Today’s Flyover People column as seen in The Emporia Gazette:


AUNT CORA

My Great Aunt Cora had not crossed my mind for some time. Then last week I ran across a book she gave to me when I was maybe 9 or 10.

While I’ve always appreciated the gift, I’ve also always wondered what possessed her to give a child Norman Vincent Peale’s “The Power of Positive Thinking.”

I don’t know whether I looked like a melancholy kid or whether she just wanted to pass on a book that had meant a lot to her. Since I was a fairly happy youngster, I assume it was the latter.

Now I didn’t know Aunt Cora well at all. On my family’s annual visits to Arkansas to spend time with my maternal grandparents, we’d all pile in the car and drive around Fayetteville to visit my great aunts and uncles (who were all Kansans by birth but had mysteriously migrated to Arkansas.)

Aunt Cora was a retired teacher and she could still throw a look, so my brother and I did what was expected of us – we sat quietly on uncomfortable furniture for 45 minutes while the adults talked about people we didn’t know.

After several years of these annual visits, my brother and I were surprised when one day Aunt Cora brought out a basket of toys for us to play with. The next year, she told us that we could each take two toys home with us. I selected tiny plastic animals – a pink elephant, and a squirrel with a retractable tape measure attached to the nut in its mouth.

It was the following year that Aunt Cora said something like, “I want you to have this,” as she handed me “The Power of Positive Thinking.” Her signature was inside the cover and sections of the book had been underlined.

The next time I saw Aunt Cora, she was in a nursing home, and she never recovered from the stroke.

“The Power of Positive Thinking,” published in 1952, was my first introduction to the power of thought, a topic that continues to fascinate me, and so I’ve always been grateful for the gift.

Last week as I looked over passages that Aunt Cora had underlined in the book, I pondered her early life in Sheridan County, Kansas. I checked family records and did the math. Cora was 15 when her (and my grandfather’s) mother died in 1907. She was the second-eldest child and the eldest girl.

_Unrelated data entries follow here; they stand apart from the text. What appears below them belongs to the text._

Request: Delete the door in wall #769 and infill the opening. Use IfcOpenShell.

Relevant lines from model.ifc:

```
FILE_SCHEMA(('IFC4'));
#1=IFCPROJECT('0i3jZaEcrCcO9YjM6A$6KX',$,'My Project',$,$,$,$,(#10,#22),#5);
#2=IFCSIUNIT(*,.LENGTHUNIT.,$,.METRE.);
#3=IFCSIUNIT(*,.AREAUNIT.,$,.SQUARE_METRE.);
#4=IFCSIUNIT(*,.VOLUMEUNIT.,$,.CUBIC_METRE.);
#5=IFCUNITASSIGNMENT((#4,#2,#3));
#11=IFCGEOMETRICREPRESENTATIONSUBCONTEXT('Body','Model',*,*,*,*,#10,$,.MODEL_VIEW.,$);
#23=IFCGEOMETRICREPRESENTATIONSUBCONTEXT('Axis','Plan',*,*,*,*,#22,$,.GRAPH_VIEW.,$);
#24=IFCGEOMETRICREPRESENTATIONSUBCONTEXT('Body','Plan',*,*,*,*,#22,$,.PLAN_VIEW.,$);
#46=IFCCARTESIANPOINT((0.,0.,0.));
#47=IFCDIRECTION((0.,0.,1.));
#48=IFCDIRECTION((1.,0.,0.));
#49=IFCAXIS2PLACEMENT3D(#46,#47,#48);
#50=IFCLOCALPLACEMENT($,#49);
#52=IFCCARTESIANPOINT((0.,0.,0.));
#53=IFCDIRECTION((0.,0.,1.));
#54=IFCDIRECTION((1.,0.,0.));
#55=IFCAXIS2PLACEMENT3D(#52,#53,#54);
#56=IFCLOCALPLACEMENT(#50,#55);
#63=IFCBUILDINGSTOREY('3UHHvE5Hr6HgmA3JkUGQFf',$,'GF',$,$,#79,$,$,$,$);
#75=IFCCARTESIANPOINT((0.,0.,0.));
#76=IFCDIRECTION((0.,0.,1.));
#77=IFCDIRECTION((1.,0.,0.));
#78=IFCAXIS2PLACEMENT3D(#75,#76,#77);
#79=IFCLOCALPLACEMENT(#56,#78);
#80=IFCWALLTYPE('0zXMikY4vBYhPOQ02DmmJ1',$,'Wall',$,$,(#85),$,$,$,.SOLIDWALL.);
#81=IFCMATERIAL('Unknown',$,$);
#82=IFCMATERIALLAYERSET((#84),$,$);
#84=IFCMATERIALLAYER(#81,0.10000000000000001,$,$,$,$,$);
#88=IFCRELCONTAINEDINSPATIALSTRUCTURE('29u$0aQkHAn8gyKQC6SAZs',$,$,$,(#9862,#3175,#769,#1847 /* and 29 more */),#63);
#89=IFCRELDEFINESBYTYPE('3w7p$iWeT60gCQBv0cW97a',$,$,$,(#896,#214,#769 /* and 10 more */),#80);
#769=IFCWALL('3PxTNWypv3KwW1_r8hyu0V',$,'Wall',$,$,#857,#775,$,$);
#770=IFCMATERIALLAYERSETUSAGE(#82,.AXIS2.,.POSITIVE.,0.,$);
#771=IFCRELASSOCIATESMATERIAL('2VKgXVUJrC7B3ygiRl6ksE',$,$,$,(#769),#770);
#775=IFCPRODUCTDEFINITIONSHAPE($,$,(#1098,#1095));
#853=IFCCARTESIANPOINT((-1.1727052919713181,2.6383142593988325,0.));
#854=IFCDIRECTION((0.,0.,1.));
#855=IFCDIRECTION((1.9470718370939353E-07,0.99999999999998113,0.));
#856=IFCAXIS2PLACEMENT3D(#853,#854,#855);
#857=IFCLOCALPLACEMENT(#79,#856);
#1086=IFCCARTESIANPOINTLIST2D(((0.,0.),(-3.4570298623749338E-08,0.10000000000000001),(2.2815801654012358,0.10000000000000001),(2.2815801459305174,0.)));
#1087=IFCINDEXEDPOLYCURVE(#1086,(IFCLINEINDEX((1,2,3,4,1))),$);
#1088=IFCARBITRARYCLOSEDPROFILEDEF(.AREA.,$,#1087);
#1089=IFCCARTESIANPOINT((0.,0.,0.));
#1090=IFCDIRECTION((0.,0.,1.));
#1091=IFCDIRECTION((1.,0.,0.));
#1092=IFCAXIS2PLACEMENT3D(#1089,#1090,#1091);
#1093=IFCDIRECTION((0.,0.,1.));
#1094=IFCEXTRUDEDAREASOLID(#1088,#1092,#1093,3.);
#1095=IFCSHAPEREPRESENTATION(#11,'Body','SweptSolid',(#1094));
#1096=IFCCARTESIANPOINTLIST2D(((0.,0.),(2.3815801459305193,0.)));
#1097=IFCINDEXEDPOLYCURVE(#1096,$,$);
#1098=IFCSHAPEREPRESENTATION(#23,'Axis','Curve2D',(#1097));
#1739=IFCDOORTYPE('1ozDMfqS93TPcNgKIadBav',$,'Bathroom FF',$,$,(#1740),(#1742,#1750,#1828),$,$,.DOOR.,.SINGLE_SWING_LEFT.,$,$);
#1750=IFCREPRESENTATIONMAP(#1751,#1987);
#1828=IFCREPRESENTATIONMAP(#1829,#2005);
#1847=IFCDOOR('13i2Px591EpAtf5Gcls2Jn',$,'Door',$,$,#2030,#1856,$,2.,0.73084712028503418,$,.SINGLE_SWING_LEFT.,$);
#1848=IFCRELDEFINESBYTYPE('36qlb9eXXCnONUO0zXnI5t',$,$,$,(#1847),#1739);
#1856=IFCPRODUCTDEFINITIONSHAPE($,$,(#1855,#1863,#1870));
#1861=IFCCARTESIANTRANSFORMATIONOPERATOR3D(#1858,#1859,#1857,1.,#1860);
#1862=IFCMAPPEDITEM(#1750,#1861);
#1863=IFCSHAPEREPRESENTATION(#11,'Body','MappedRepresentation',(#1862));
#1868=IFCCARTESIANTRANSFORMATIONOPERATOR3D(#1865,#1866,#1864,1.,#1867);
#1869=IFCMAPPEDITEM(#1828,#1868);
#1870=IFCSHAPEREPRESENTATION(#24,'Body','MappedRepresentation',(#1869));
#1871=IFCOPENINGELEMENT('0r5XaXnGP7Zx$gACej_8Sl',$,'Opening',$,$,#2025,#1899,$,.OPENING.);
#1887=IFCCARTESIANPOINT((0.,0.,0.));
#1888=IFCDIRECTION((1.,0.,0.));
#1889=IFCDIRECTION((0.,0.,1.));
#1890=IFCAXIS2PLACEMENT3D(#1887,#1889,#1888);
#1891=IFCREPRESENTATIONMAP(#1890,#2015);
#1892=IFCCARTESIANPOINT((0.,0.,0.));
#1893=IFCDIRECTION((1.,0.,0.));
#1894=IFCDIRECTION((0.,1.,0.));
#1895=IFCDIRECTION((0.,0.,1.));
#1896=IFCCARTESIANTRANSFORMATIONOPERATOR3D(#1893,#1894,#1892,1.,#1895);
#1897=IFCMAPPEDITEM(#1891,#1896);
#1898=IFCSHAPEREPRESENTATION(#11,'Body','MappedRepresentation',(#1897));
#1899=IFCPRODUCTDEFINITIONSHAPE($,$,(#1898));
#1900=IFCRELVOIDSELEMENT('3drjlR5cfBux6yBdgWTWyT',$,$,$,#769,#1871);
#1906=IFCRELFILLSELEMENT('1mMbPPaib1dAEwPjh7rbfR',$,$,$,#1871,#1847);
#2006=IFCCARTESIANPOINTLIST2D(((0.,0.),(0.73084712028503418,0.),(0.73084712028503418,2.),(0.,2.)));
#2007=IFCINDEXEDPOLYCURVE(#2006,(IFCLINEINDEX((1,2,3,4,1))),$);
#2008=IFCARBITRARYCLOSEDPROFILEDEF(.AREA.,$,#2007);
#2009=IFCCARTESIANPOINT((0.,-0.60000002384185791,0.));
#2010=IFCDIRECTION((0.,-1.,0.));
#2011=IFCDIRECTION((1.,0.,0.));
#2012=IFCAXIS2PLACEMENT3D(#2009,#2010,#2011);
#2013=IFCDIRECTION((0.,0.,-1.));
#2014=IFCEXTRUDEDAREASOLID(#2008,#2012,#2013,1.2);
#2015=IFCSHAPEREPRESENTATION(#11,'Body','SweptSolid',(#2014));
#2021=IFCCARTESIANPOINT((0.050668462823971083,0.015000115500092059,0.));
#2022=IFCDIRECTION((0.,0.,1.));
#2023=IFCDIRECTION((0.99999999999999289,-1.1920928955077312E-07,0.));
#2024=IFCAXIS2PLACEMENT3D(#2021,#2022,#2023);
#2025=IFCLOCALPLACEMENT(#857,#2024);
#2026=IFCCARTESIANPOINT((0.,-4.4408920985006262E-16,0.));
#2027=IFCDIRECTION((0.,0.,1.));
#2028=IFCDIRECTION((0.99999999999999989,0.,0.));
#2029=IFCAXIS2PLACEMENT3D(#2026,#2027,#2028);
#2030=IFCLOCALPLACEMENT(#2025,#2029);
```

```python
import ifcopenshell
import ifcopenshell.api.feature
import ifcopenshell.api.root
import ifcopenshell.geom
import ifcopenshell.util.shape

model = ifcopenshell.open("model.ifc")
settings = ifcopenshell.geom.settings()


def volume(element):
    """Net volume in cubic metres, openings subtracted."""
    shape = ifcopenshell.geom.create_shape(settings, element)
    return ifcopenshell.util.shape.get_volume(shape.geometry)


door = model.by_guid("13i2Px591EpAtf5Gcls2Jn")
opening = door.FillsVoids[0].RelatingOpeningElement
wall = opening.VoidsElements[0].RelatingBuildingElement
before = volume(wall)

ifcopenshell.api.root.remove_product(model, product=door)
ifcopenshell.api.feature.remove_feature(model, feature=opening)

after = volume(wall)

print(f"wall volume {before:.3f} -> {after:.3f} m3")

model.write("model_v2.ifc")
```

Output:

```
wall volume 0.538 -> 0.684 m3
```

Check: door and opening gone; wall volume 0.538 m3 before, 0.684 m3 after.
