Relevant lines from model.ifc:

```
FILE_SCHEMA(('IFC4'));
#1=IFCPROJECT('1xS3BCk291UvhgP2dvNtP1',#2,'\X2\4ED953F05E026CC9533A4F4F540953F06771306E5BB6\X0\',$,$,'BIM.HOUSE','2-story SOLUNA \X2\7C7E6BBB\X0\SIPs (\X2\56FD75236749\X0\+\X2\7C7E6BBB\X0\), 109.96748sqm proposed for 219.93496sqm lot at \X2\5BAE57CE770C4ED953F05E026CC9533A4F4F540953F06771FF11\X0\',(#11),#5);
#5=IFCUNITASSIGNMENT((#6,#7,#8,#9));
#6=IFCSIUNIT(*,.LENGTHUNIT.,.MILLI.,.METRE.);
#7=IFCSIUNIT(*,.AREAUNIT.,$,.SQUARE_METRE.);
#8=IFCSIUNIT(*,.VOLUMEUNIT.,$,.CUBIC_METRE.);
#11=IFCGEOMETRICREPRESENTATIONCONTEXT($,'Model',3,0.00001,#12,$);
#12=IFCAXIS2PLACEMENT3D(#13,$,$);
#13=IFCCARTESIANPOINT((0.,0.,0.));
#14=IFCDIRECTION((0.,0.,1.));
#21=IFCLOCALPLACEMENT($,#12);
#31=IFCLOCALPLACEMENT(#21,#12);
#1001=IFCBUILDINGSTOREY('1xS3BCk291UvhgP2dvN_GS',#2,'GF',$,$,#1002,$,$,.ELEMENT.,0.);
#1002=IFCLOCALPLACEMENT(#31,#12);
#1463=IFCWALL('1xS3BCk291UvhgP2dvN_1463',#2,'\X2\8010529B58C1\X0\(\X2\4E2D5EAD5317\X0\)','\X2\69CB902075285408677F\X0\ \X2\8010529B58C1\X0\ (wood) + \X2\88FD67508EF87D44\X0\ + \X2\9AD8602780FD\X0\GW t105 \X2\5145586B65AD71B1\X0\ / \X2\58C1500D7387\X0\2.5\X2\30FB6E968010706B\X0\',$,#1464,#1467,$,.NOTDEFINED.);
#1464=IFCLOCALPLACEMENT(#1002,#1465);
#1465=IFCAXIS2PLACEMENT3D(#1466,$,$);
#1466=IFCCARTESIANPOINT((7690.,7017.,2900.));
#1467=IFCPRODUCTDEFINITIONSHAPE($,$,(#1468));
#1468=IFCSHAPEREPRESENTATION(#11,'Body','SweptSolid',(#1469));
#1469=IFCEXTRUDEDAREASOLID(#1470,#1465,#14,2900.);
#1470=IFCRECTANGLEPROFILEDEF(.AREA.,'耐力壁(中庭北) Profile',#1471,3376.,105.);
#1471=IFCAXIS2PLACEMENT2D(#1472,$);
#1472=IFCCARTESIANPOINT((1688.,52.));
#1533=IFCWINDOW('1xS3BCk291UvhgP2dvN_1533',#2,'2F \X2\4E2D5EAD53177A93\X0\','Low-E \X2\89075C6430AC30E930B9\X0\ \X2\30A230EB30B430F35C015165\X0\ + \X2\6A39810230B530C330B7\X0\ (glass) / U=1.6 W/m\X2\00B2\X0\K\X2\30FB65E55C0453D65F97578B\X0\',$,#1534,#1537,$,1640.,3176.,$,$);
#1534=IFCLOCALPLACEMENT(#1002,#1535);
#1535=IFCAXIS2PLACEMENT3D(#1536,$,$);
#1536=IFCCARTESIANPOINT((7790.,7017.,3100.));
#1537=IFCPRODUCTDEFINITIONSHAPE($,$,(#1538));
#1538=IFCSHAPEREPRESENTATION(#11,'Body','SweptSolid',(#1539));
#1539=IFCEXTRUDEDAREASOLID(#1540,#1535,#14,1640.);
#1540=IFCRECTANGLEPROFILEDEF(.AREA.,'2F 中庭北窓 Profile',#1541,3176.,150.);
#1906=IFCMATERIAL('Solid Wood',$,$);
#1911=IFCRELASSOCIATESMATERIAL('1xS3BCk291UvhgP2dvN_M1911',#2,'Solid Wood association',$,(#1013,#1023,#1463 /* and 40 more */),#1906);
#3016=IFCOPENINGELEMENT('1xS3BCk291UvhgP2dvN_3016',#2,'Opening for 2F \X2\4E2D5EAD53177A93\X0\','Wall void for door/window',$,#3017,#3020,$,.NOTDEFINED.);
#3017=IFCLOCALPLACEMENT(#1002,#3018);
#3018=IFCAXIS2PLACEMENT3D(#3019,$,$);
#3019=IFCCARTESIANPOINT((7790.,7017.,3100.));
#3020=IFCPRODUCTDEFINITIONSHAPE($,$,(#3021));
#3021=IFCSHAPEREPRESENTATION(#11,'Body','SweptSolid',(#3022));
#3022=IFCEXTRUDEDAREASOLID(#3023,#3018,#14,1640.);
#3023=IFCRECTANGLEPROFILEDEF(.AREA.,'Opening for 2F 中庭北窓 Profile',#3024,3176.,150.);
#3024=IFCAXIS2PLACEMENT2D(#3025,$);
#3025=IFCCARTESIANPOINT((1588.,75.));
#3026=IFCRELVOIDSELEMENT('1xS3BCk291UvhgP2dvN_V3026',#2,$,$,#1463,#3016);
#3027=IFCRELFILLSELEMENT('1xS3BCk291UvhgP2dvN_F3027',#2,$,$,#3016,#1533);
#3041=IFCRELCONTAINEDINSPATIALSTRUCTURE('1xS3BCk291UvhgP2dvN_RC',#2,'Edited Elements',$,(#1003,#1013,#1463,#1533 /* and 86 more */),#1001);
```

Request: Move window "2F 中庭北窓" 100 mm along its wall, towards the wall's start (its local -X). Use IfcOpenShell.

```python
import ifcopenshell
import ifcopenshell.api.geometry
import ifcopenshell.util.placement

model = ifcopenshell.open("model.ifc")

window = model.by_guid("1xS3BCk291UvhgP2dvN_1533")
opening = window.FillsVoids[0].RelatingOpeningElement
wall = opening.VoidsElements[0].RelatingBuildingElement

wall_matrix = ifcopenshell.util.placement.get_local_placement(wall.ObjectPlacement)
shift = wall_matrix[:3, 0] * -100.0
before = ifcopenshell.util.placement.get_local_placement(window.ObjectPlacement)[:3, 3].copy()

# The window is not placed relative to its opening, so move both.
for product in (opening, window):
    matrix = ifcopenshell.util.placement.get_local_placement(product.ObjectPlacement)
    matrix[:3, 3] += shift
    ifcopenshell.api.geometry.edit_object_placement(model, product=product, matrix=matrix, is_si=False)

after = ifcopenshell.util.placement.get_local_placement(window.ObjectPlacement)[:3, 3]
print("window moved by", (after - before).round(3) + 0.0)

model.write("model_updated.ifc")
```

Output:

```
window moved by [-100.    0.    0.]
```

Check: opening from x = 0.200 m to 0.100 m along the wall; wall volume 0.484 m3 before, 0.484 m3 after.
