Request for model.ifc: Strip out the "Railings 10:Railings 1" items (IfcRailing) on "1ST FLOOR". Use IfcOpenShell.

First a look at what the model holds.

```python
import ifcopenshell
import ifcopenshell.util.element

model = ifcopenshell.open("model.ifc")
print(model.schema)
storey = next(s for s in model.by_type("IfcBuildingStorey") if s.Name == "1ST FLOOR")
railings = [e for e in ifcopenshell.util.element.get_decomposition(storey) if e.is_a("IfcRailing")]
seen = {}
for e in railings:
    element_type = ifcopenshell.util.element.get_type(e)
    name = element_type.Name if element_type not in (None, e) else None
    seen[name] = seen.get(name, 0) + 1
for name, count in sorted(seen.items(), key=str):
    print(count, "x", name)
```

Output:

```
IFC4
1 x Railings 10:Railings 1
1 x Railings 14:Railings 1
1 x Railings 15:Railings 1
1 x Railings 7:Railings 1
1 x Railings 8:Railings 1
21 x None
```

```python
import ifcopenshell
import ifcopenshell.api.root
import ifcopenshell.util.element

model = ifcopenshell.open("model.ifc")

storey = next(s for s in model.by_type("IfcBuildingStorey") if s.Name == "1ST FLOOR")
railings = [e for e in ifcopenshell.util.element.get_decomposition(storey) if e.is_a("IfcRailing")]
targets = [e for e in railings if (t := ifcopenshell.util.element.get_type(e)) not in (None, e) and t.Name == "Railings 10:Railings 1"]

for e in targets:
    ifcopenshell.api.root.remove_product(model, product=e)
print(len(targets), "removed")

model.write("model-out.ifc")
```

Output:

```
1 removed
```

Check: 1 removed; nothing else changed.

Two months after Cora’s mother passed away, her 3-month-old brother died. After the mother’s death, some of the kids were taken in by other families. I’ve heard that it was largely because of Cora’s efforts that the siblings stayed connected and that they later got into the normal school, now Fort Hays State University, and became teachers.

She taught school, was married at age 50, and became a widow less than four years later. Cora was the family matriarch and could be rather demanding. Perhaps that strong personality came from taking charge of her siblings at age 15.

While I’ll never know most of Aunt Cora’s stories, memories of her are refreshed each time I see the book. The passages she underlined make me curious about her vulnerable side.

With family in mind, I also remembered a gift from my maternal grandmother, Cora’s sister-in-law. When I was 16, Grandma gave me a ring that her father had given to her on her 16th birthday. The stone was found along the Arkansas River near Kinsley. Grandma liked to call it a Kansas diamond. I believe the stone is a variety of chalcedony.

Grandma told me that the family dog got hold of her ring once. “We had to tie up the dog until we got it back,” she said.

Because this ring carries my grandmother’s history, it means a lot to me.

During this season of giving, I’ve been thinking about these two items: the ring and the book from Aunt Cora.

We’re not always able to put deep personal meaning into everything we wrap, but maybe this year, it would be fun to select one person and give him or her an item that we treasure, and to share the significance of the object with the recipient.

These gifts from the heart are the ones that are cherished.

Copyright 2010 ~ Cheryl Unruh

8 Comments

  1. My maternal grandfather’s first wife died of tuberculosis 1910 when my aunt and uncle were two and four years of age. As a Western Missouri farmer, my grandfather could not care for his children so for ten years they lived in town with his sister and brother-in-law, close enough to remain connected as a parent. He remarried a decade later, moved to northeaster Kansas, and they had my mother. Those kinds of things happened in many families back then.

    Thanks for the column, Cheryl, and its message of the power of meaningful gifts.

  2. Such a beautiful and beautifully crafted story. My mother was a Kansas farm girl and her name was Cora too. I wrote a book based on the plot of Robert Browning’s long poem, (the one Henry James said “ruined the best novel never written”) The Ring and The Book so I was hopelessly tangled up in your story and pulled along to your beautiful ending. So thank you, Cheryl, for making me smile and remember the power of generations of family.

    cheers,

    Bob Judd

  3. I read “The Power of Positive Thinking” back in the late 70s and it was the first time I’d ever heard of the idea of how powerful and influential your thoughts are. I enjoyed your story of your Aunt Cora very much. I think many of us have an “Aunt Cora” in our families. I had a Aunt Gladys, (a great aunt) who was a very talented seamstress. She would take her husband’s old suits and cut them down to fit her son (a boy at the time) in hard times during The Depression. She had a great smile and an infectious laugh. She was a real character.